Eu amei o arco da Charlotte (Kristin Davis), totalmente coerente e muito bonito ver a relação dela com o marido Harry (Evan Handler) e a questão da virilidade indo embora pela doença, em contraste ao que ela sofreu com o primeiro marido, o Trey (Kyle MacLachlan), que além de ser impotente, não se esforçava para transar. Isso mostra mais uma vez como o casamento dela com Harry foi certeiro e deu a ela o que merecia: liberdade e companheirismo.
O arco das duas novas personagens, com quem nós não temos intimidade alguma, também é interessante: esse desejo da Lisa (Nicole Ari Parker) pelo assistente, esse corte abrupto do desejo e a decadência do marido, versus a tentativa dela de ficar. Mas a gente não tem tanto apego a elas para dar importância suficiente.
Fiquei feliz pela Seema e o jardineiro.
Mas, falando a verdade, todos esses problemas substanciais se tornam ínfimos se comparados à questão principal: sem Samantha (Kim Cattrall), sem borogodó.
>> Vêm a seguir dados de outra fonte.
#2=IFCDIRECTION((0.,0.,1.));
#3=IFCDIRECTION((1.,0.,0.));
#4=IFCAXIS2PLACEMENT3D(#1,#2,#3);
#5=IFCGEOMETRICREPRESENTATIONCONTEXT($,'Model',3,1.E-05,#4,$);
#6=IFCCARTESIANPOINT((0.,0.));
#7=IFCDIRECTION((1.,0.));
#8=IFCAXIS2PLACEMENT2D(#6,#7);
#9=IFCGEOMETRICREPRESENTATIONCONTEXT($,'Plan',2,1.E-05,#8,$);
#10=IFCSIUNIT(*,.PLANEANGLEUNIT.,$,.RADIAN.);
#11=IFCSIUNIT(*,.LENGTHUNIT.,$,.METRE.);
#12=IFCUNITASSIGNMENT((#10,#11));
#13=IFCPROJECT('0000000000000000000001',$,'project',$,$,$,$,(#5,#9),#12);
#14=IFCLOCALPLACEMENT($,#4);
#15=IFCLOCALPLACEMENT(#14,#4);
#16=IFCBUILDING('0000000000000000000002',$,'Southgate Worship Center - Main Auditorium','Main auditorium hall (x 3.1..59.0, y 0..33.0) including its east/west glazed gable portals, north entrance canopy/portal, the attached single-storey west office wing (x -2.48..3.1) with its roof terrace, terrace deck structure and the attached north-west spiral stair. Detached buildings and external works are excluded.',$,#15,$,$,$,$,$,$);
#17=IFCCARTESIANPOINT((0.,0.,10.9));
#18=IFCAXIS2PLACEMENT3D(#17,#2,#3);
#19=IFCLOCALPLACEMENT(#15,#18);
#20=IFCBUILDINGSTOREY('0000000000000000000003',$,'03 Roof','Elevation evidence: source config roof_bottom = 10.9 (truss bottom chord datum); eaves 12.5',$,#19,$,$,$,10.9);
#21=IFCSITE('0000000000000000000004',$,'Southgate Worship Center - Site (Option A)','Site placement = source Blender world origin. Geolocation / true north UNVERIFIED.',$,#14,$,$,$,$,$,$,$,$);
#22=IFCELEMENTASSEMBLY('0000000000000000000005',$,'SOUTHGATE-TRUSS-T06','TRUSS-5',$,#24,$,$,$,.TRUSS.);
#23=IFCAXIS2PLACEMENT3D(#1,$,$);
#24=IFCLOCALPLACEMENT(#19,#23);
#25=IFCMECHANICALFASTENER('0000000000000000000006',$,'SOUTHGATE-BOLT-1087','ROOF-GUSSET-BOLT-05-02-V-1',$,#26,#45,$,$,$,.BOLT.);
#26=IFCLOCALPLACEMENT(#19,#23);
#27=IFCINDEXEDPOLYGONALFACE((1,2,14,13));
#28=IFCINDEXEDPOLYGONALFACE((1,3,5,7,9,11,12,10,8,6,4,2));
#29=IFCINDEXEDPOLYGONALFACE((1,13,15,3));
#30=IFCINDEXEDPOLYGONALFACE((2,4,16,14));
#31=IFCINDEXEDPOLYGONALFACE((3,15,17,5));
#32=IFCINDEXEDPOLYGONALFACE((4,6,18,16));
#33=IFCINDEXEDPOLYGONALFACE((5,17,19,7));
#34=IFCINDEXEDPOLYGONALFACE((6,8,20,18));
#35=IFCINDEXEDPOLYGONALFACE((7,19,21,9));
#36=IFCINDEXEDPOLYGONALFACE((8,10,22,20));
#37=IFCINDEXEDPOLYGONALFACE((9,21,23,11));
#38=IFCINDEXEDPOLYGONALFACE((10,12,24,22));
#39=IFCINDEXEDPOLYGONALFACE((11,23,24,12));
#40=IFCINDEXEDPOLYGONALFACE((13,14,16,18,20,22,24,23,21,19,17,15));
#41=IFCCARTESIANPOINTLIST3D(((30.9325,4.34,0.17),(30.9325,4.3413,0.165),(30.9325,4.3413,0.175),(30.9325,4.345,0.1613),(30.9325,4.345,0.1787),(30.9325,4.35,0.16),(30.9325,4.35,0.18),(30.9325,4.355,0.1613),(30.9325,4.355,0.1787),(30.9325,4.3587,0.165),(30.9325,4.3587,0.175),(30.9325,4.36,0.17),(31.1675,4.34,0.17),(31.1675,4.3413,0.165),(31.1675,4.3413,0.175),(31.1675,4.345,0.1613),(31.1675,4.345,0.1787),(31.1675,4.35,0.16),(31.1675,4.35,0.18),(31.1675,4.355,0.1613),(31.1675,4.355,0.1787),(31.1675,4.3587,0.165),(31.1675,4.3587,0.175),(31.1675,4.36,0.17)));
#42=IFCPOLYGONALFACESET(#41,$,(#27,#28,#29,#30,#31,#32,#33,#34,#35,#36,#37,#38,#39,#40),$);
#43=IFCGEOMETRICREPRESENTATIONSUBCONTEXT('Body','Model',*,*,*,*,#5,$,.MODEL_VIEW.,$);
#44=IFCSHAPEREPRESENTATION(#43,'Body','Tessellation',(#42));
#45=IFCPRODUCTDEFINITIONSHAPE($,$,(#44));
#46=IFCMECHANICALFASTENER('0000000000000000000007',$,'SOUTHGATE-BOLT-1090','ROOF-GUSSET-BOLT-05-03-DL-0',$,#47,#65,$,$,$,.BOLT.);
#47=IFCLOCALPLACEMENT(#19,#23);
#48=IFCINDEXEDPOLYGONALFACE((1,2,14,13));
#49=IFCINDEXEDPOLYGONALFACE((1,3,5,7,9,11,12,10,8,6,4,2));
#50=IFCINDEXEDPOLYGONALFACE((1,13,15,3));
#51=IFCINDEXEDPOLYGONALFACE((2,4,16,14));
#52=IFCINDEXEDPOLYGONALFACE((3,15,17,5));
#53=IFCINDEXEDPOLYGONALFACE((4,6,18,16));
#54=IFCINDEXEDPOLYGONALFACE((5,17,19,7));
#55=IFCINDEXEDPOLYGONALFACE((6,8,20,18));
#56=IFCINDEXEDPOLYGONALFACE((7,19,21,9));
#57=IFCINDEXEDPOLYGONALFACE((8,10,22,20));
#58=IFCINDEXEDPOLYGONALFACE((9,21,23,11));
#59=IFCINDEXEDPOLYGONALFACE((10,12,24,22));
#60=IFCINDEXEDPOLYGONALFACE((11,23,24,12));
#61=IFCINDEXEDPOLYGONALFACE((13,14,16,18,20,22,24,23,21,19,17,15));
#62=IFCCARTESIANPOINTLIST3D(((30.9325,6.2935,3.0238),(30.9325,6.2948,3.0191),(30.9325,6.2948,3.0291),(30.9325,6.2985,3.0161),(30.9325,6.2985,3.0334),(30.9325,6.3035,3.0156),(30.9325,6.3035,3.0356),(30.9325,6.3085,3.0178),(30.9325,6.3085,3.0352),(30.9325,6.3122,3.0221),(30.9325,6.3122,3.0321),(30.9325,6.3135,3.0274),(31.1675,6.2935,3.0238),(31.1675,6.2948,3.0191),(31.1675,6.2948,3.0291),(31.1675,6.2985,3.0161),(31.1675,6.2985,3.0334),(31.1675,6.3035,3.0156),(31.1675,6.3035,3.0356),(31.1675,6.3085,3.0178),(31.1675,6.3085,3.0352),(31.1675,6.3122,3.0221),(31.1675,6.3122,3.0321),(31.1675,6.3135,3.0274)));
Os quatro arquétipos se conversavam de modo que tudo se alinhava:
Carrie (Sarah Jessica Parker), busca pelo amor e a reflexão sobre a vida; Samantha (Kim Cattrall) é a mulher independente e sexualmente livre, ligada à energia selvagem; Charlotte (Kristin Davis), a romântica, busca o casamento e a família, representando a esperança e a inocência; Miranda (Cynthia Nixon), a advogada, é a figura da mente racional, da independência e da busca por sucesso profissional.
Assim, Samantha era o balde de água escaldante para esse trio sóbrio. E sem ela, não tinha como continuar.
Apesar de tudo, somos todas gratas a tudo que aprendemos com Sex and the City. A todos os cosmopolitans que tomamos.
No fim, Sex and the City nunca foi sobre quatro mulheres em Nova York. Era sobre amizade como força vital. Sem Samantha, não havia como manter essa chama acesa. E, por mais que a série tenha tentado, a gente se despede com gratidão pelo que foi, e não pelo que se tornou.